Closed piersond closed 3 years ago
Going back to the read_sheet script, there's a quick 2 line fix. I changed the ftn to read all columns in as characters (no more lists!), then I use type.convert across all columns to have R guess the columns that are numeric. Given the complexity of the datasets we're working with, I can't fully vouch for this solution yet, but it does "unbreak" the data_homogenization ftn. I'll keep testing.
dataFile <- googlesheets4::read_sheet(
ss = fileId,
skip = skipRows,
na = missingValueCode,
col_types = "c") # <-- new
output_df <- map_dfc(.x = dataFile, .f = ~type.convert(.x, as.is=T)) # <-- new
return(output_df) # <-- new
With a recent tidyR update, google sheets are now imported with data structures preserved at the cellular level rather than at a column level. When a column contains more than one data structure, e.g. 123, "NoData", the column is imported in the tibble as a list. Further, when we use the replace NA function to remove a value, e.g. "NoData", the structure remains as a character. This causes a number of cascading issues in our QC code and effectively breaks the homogenization ftn. It may also break the tarball creation function as well (yet to be tested).

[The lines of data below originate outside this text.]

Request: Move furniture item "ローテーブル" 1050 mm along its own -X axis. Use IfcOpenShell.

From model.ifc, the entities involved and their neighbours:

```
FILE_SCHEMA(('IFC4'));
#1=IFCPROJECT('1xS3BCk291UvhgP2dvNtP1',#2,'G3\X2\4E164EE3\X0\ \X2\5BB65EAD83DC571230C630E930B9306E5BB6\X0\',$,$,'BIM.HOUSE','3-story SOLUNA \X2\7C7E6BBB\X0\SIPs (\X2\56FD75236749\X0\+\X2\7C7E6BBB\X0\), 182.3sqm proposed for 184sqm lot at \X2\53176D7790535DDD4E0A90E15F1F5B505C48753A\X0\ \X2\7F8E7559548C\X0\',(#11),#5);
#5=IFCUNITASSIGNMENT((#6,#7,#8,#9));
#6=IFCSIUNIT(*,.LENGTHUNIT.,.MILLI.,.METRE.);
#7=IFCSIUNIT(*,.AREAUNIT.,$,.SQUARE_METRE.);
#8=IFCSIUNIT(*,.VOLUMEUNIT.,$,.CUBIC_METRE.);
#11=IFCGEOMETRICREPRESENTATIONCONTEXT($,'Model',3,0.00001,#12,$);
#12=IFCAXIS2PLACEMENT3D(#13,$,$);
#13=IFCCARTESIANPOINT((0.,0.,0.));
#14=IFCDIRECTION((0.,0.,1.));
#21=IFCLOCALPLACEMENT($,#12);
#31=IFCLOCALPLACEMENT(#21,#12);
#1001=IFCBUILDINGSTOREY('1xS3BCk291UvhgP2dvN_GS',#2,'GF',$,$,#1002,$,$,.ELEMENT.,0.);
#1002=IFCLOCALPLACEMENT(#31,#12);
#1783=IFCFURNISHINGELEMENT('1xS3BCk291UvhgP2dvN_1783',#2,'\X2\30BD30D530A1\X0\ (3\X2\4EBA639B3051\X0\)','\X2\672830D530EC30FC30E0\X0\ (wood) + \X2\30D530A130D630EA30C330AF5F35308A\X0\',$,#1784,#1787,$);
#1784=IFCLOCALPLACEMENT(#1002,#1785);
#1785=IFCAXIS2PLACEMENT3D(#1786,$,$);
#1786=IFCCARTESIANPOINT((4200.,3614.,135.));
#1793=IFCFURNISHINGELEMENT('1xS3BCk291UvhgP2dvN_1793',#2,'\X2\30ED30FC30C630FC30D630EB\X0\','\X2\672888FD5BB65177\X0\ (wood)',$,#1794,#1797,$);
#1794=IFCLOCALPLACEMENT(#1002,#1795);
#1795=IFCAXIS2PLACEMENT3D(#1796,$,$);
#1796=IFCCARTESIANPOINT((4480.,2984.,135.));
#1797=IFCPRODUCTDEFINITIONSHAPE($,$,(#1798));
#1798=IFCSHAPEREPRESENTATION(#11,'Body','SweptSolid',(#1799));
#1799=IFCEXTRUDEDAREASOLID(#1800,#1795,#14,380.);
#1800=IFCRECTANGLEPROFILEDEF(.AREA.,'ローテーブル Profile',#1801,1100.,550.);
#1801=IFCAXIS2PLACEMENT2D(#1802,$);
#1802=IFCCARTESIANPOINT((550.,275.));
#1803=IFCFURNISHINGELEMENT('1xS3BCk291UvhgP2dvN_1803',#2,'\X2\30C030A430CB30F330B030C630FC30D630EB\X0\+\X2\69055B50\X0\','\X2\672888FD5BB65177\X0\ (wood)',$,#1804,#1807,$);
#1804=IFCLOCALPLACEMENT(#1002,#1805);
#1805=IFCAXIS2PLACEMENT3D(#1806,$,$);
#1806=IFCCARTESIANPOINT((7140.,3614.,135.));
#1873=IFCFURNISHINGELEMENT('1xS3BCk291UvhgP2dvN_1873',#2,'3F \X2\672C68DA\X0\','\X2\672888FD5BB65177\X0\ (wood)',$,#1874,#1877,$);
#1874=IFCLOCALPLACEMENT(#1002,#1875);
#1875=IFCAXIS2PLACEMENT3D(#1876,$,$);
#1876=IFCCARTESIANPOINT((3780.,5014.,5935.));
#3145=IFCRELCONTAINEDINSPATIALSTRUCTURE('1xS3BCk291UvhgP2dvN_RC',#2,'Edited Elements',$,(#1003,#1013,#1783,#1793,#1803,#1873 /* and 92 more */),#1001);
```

```python
import ifcopenshell
import ifcopenshell.api.geometry
import ifcopenshell.util.placement
import ifcopenshell.util.unit

model = ifcopenshell.open("model.ifc")
unit_scale = ifcopenshell.util.unit.calculate_unit_scale(model)

item = model.by_guid("1xS3BCk291UvhgP2dvN_1793")
matrix = ifcopenshell.util.placement.get_local_placement(item.ObjectPlacement)
matrix[:3, 3] -= matrix[:3, 0] * 1.05 / unit_scale
ifcopenshell.api.geometry.edit_object_placement(model, product=item, matrix=matrix, is_si=False)

print(ifcopenshell.util.placement.get_local_placement(item.ObjectPlacement).round(3) + 0.0)

model.write("model_edited.ifc")
```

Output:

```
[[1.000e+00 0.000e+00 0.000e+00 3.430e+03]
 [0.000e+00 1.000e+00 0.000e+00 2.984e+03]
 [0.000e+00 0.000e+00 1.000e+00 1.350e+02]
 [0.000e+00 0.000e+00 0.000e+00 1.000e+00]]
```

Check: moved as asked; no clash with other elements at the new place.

I've mostly encountered this issue when text values are included in data columns to indicate missing or NA data. Thus, a short-term work around is to manually replace those character values with NA prior to running the homogenization ftn.
I've now spent 15+ hours on re-working our homogenization code to adjust for the change in data structure. Needless to say this is one heck of a wrench in our code. I'm hopeful I'll get it worked out and submit a pull request with the new code by the end of today.